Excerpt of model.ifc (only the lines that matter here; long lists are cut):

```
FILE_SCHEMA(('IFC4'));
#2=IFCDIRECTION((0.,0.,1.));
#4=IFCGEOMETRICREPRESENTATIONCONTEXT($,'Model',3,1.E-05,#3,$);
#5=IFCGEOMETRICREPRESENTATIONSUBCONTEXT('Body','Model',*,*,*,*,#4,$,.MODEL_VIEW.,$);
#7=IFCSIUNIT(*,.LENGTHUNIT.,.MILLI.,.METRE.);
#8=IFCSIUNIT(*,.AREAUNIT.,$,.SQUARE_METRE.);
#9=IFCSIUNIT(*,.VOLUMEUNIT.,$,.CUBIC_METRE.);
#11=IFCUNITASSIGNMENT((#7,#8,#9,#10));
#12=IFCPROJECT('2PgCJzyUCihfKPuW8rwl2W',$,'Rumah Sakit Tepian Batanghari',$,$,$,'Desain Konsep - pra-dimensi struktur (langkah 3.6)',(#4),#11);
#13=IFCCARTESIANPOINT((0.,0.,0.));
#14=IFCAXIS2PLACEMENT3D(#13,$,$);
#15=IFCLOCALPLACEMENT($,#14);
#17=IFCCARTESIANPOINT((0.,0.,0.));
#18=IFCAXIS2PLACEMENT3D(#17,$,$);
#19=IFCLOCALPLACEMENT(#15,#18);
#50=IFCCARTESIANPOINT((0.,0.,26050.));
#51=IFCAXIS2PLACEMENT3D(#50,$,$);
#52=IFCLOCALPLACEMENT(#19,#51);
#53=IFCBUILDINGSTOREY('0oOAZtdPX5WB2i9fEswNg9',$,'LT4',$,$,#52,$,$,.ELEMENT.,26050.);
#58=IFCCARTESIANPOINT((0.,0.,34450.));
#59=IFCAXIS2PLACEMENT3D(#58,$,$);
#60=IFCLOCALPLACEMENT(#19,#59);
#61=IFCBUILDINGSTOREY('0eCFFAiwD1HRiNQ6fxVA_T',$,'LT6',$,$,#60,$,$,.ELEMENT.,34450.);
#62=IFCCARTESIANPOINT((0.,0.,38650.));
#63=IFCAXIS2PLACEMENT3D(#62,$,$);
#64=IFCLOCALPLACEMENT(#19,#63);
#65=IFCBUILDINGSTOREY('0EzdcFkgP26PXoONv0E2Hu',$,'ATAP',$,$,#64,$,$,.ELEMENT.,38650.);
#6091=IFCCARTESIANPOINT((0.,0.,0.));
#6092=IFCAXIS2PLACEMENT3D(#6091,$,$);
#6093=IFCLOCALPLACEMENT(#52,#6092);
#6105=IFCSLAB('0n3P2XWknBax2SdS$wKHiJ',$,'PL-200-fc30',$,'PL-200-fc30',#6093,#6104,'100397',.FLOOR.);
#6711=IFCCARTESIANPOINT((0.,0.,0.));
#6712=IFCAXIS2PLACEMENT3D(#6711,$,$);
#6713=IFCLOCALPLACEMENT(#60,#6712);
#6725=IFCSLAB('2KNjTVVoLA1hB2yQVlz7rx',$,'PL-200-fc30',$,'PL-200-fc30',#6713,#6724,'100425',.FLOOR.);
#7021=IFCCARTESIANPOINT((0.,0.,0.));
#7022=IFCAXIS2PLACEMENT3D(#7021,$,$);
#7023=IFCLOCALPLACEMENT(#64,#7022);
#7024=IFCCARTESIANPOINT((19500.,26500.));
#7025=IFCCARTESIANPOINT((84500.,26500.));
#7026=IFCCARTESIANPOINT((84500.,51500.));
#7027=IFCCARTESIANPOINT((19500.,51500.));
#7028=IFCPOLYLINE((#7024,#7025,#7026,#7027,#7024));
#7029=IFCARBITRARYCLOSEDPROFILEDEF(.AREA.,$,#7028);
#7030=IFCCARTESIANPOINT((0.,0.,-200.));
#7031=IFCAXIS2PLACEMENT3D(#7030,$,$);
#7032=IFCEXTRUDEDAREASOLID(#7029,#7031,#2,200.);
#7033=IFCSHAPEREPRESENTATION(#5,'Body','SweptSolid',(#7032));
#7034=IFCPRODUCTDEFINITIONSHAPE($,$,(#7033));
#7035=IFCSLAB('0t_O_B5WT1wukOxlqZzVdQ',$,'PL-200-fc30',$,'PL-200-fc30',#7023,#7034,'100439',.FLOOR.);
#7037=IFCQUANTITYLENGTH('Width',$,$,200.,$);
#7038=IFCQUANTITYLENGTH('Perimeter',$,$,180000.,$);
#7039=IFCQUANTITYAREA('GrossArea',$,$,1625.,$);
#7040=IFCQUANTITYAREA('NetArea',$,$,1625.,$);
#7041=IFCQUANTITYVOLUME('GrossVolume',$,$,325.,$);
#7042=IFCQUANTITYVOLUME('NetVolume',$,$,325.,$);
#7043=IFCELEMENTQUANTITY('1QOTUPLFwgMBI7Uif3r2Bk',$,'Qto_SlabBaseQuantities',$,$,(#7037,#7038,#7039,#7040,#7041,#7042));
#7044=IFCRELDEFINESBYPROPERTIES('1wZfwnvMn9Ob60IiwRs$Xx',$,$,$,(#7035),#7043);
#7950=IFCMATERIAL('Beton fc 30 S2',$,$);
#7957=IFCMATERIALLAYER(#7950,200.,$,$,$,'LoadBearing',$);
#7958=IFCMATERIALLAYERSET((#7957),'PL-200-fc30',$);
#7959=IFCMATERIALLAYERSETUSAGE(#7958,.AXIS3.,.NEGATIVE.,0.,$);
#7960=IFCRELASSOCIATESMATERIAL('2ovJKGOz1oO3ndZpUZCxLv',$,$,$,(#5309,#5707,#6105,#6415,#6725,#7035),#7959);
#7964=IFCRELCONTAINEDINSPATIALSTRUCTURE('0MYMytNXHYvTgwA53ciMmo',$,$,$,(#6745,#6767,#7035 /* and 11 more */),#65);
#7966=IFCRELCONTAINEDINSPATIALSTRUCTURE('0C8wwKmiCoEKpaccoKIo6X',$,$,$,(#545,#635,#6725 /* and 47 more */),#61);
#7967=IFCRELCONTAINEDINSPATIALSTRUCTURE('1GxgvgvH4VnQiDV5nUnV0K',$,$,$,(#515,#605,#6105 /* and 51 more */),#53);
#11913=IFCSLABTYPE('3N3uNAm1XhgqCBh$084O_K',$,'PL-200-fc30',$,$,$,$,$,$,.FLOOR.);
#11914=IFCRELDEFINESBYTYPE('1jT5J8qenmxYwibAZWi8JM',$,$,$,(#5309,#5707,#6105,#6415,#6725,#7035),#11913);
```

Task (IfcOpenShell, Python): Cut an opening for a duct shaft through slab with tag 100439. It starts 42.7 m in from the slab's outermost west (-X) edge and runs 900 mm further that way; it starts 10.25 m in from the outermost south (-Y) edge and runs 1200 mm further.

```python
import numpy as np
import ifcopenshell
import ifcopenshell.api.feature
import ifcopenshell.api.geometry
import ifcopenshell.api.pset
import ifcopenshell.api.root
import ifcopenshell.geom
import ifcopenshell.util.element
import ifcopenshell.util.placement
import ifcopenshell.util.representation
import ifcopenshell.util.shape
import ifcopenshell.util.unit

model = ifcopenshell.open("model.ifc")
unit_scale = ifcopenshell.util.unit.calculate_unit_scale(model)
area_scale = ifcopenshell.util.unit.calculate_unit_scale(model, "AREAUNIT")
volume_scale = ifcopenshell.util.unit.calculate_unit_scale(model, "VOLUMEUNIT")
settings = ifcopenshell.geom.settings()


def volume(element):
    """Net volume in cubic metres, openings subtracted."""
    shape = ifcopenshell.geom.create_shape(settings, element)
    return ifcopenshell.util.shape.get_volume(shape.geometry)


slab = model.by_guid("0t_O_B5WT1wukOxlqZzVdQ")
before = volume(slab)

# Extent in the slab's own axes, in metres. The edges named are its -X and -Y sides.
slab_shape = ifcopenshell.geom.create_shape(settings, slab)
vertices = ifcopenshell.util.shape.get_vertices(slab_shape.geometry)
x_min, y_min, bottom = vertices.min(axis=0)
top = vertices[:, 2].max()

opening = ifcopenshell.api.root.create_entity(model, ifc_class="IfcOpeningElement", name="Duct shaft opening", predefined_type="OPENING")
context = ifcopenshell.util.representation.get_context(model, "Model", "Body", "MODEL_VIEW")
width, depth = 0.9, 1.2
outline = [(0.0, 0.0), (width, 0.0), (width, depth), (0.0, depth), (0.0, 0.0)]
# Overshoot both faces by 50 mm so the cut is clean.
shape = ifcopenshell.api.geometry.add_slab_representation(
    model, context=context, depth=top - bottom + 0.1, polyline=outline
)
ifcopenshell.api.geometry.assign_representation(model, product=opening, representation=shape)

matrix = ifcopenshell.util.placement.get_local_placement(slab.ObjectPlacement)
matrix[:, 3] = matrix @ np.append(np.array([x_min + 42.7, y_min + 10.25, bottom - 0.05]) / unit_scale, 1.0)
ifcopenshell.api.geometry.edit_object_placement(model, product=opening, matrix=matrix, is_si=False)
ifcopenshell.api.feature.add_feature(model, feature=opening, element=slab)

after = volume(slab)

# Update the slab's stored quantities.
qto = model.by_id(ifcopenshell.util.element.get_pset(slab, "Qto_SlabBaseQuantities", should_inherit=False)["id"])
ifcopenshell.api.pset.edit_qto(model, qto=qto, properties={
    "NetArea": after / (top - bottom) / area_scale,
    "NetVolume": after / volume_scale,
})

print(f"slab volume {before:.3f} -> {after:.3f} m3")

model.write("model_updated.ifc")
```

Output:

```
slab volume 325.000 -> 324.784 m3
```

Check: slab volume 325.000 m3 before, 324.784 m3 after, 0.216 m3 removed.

◆ ◆ ◆ ◆ ◆ ◆ ◆

The problem -> Reply with the number of lines in the data that include the string "IFCRELCONTAINEDINSPATIALSTRUCTURE" and nothing else.

Answer -> 3